Local engineer invents cash sanitizer
A long time Picayune resident invented a machine that sanitizes paper money using ultraviolet light.
While it’s a prototype, and as such can treat two bills at a time at a rate of about 35 seconds per pair, it is in use in a local bank. The inventor, Roland Kleinfled, also runs a tool supply business down the street from the bank where it is being used.
First National Bank of Picayune staff at the East Canal Street location use the machine daily, but since it is a prototype and works slowly, it’s not used to treat every bill that comes through the bank, said President and CEO David Hemeter.
“First National Bank is extremely pleased that Mr. Kleinfield has allowed us to use his machine to sanitize currency,” Hemeter said in a written statement.
Kleinfeld said he got the idea to make the machine while watching television a couple of months ago when an individual claimed that such a machine could not be made.
To meet that challenge, Kleinfeld used three old laminating machines and four ultraviolet bulbs mounted on the top and underside of the machine. Utilization of the machine is as simple as pushing a bill through one side of the motorized device, which does the rest. The money is pulled through the machine at a slow enough rate to allow the light to hit the bills and kill any contaminants.

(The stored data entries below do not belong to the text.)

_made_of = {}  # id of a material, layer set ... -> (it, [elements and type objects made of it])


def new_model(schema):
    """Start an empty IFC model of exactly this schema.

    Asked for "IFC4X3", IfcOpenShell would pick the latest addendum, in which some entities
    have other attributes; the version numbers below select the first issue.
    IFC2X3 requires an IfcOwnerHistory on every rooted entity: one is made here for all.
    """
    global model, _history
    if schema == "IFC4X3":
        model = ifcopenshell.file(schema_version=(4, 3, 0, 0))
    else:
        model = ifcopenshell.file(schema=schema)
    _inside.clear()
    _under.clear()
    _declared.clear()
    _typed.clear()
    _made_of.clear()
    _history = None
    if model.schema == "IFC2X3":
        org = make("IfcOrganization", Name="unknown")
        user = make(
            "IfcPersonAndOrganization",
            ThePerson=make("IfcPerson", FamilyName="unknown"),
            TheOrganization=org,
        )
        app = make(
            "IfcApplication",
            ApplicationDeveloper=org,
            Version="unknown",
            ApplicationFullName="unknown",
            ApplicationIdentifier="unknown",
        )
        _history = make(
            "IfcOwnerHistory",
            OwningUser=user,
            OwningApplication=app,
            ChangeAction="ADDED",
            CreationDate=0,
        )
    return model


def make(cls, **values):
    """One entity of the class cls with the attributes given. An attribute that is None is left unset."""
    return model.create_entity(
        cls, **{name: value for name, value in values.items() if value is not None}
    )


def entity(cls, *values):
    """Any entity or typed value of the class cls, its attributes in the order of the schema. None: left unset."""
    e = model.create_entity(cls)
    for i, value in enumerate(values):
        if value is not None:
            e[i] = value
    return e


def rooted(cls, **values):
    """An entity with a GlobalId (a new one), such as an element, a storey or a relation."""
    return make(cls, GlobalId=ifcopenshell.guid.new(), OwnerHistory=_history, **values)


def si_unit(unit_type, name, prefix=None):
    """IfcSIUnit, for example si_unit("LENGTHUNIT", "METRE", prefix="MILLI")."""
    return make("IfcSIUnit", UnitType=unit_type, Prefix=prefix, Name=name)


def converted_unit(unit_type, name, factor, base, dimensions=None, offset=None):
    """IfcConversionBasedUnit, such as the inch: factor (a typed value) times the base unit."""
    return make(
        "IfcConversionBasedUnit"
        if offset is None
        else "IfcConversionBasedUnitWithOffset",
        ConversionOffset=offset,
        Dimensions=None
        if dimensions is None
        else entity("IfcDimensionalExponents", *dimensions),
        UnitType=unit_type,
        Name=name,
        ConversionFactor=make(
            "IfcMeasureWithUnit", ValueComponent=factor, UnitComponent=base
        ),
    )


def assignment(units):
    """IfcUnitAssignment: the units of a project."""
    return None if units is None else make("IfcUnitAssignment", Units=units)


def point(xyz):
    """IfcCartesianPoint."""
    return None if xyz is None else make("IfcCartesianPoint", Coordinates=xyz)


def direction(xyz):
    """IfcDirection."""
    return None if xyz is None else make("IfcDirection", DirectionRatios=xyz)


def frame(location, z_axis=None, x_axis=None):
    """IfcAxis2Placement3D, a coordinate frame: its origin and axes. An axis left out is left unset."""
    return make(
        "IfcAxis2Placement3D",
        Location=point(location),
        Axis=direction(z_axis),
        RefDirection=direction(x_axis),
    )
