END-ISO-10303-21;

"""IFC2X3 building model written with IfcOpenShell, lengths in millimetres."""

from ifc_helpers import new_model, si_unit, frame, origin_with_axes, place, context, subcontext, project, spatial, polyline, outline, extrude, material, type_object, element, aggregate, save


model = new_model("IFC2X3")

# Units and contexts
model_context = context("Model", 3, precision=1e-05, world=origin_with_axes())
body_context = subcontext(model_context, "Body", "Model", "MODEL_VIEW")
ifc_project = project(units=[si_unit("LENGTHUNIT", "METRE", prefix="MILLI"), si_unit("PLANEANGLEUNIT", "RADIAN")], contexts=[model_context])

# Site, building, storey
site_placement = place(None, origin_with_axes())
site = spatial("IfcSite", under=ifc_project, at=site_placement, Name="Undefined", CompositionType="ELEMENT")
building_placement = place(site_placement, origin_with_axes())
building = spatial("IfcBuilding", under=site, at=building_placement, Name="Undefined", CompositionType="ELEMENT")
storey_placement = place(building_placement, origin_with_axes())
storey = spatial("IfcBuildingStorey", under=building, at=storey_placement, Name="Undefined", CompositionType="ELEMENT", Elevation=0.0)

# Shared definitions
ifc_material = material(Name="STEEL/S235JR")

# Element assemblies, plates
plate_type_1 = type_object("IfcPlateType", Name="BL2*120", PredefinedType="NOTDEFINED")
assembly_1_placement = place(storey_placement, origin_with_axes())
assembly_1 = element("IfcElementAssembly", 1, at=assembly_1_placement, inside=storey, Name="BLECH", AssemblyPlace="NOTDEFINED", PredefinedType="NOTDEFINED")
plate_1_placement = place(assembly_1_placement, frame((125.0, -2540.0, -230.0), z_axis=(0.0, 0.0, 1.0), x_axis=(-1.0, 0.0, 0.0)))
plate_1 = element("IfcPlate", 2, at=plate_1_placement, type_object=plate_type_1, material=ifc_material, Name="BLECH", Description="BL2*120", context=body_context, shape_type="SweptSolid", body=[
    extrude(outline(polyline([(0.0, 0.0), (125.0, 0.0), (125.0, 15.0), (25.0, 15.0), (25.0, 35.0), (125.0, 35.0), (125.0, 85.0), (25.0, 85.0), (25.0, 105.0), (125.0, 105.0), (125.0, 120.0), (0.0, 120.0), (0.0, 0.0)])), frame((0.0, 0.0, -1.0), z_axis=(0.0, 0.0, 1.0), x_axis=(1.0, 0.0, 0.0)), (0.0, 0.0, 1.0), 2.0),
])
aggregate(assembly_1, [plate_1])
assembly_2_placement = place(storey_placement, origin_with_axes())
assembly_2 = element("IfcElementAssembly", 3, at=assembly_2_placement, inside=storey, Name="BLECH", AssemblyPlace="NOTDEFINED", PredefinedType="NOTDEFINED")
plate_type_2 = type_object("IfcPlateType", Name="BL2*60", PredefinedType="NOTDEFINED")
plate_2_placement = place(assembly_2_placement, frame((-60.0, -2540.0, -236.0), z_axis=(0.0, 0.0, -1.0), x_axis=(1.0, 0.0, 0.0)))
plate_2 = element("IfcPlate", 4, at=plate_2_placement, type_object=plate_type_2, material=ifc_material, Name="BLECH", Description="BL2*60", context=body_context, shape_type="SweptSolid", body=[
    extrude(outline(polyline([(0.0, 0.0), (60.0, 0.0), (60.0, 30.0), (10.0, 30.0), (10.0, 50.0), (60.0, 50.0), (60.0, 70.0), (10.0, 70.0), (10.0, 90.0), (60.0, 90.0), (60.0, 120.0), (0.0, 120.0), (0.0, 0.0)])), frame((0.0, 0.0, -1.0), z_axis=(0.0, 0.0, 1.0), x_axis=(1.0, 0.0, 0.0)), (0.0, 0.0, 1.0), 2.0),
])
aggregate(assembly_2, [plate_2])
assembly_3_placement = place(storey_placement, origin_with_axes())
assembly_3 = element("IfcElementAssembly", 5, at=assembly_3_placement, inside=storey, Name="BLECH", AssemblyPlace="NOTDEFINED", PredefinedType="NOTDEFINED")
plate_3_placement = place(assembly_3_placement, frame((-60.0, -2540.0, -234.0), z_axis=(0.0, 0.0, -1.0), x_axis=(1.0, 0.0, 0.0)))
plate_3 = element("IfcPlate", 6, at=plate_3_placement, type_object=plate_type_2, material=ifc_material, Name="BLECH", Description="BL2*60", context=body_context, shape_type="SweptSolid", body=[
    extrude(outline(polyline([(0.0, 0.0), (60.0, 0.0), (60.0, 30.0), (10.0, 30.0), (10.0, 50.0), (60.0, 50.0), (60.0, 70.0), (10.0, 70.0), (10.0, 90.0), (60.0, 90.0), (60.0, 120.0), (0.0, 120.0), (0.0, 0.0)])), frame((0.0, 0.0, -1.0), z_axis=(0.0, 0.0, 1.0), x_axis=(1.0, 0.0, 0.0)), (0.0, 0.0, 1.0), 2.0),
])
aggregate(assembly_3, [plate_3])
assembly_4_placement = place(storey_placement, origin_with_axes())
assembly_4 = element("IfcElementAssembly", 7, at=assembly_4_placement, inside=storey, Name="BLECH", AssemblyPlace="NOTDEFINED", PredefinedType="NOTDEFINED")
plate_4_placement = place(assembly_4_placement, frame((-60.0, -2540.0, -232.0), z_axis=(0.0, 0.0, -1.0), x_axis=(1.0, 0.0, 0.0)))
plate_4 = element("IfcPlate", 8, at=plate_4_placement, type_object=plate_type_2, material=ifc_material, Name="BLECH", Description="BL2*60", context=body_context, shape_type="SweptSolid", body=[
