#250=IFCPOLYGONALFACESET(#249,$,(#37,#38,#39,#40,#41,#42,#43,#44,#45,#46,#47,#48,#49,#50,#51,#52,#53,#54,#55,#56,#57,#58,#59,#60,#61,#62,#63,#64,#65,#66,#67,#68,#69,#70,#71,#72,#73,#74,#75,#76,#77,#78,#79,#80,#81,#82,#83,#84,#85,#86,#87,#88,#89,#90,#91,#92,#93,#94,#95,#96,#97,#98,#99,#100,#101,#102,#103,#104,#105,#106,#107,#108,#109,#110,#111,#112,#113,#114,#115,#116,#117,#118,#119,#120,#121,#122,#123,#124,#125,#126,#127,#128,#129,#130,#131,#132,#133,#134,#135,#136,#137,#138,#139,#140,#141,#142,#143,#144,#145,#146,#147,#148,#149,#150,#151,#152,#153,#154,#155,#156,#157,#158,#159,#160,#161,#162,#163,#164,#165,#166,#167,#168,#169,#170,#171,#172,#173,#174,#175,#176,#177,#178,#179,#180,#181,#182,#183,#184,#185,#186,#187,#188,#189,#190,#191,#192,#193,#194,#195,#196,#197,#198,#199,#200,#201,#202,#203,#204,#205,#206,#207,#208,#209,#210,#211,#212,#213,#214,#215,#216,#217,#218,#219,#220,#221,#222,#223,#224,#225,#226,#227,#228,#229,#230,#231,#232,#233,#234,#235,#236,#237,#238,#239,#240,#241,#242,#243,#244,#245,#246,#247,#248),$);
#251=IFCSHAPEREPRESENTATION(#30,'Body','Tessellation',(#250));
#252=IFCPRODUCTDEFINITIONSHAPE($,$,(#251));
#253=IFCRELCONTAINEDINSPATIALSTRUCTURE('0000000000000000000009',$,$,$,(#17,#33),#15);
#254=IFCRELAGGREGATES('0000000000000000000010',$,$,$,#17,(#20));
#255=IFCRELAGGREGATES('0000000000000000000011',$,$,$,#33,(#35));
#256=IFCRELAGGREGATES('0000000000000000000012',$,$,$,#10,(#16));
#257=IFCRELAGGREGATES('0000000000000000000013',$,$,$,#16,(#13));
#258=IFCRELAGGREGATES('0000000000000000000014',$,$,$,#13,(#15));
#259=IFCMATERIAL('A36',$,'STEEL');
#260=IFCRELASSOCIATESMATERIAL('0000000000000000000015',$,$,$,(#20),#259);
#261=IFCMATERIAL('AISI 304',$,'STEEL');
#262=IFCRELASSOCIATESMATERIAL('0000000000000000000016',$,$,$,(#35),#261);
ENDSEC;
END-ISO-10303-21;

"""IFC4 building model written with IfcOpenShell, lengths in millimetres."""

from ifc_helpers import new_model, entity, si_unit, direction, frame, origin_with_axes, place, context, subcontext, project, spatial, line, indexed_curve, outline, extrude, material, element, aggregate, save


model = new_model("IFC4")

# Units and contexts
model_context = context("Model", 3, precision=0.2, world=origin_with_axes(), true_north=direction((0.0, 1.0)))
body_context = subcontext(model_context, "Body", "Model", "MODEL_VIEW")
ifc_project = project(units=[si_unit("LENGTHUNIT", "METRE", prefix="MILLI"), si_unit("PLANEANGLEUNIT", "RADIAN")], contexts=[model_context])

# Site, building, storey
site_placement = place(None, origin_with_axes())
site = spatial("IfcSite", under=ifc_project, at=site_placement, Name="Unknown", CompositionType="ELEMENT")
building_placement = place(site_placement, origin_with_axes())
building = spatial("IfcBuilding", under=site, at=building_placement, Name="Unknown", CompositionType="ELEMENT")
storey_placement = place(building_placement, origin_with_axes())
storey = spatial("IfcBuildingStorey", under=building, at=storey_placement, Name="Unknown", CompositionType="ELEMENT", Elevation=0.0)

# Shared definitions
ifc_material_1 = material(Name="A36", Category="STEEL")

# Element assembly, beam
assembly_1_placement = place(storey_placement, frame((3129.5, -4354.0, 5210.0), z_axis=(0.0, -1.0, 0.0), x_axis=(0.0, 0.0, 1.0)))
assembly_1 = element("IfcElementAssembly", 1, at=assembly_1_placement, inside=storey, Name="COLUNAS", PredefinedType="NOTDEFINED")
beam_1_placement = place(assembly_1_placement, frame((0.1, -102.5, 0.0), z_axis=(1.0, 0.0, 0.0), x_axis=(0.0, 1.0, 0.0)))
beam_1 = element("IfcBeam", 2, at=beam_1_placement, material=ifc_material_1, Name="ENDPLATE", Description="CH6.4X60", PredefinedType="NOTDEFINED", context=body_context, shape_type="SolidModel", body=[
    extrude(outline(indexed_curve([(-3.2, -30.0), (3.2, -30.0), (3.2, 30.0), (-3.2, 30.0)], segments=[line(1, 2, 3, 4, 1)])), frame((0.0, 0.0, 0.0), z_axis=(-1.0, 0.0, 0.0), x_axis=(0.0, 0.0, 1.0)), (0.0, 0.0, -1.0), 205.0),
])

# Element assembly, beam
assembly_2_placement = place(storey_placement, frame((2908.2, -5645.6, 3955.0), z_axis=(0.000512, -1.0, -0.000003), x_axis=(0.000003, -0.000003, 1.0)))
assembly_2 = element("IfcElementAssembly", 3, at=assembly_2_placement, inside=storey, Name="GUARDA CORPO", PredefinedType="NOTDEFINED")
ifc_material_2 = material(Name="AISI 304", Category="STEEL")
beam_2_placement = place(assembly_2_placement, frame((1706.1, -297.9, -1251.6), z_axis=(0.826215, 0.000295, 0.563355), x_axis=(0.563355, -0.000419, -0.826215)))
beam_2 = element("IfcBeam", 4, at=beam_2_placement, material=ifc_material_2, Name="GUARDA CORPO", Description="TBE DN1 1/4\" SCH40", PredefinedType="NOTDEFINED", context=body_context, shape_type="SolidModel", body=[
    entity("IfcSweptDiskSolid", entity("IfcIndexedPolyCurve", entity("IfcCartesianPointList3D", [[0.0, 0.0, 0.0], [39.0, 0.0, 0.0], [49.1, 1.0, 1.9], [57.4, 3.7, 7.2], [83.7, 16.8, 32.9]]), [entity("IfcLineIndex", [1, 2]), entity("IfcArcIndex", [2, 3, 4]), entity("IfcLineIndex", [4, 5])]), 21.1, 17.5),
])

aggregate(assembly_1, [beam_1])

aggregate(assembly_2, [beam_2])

With a background in engineering, Kleinfeld said it only took about a month to build the machine. He also has military experience as a German translator for the Army, time at Curtiss-Wright Nuclear in Canada and was involved in testing for nitrogen oxide effluent at Stennis Space Center for several weeks in 1970. During his time at Stennis he said he met his second wife and made Picayune his home.
His diverse background allowed him to see that there is the potential for viruses such as COVID-19 to be transferred via paper money, resulting in his interest to create the machine.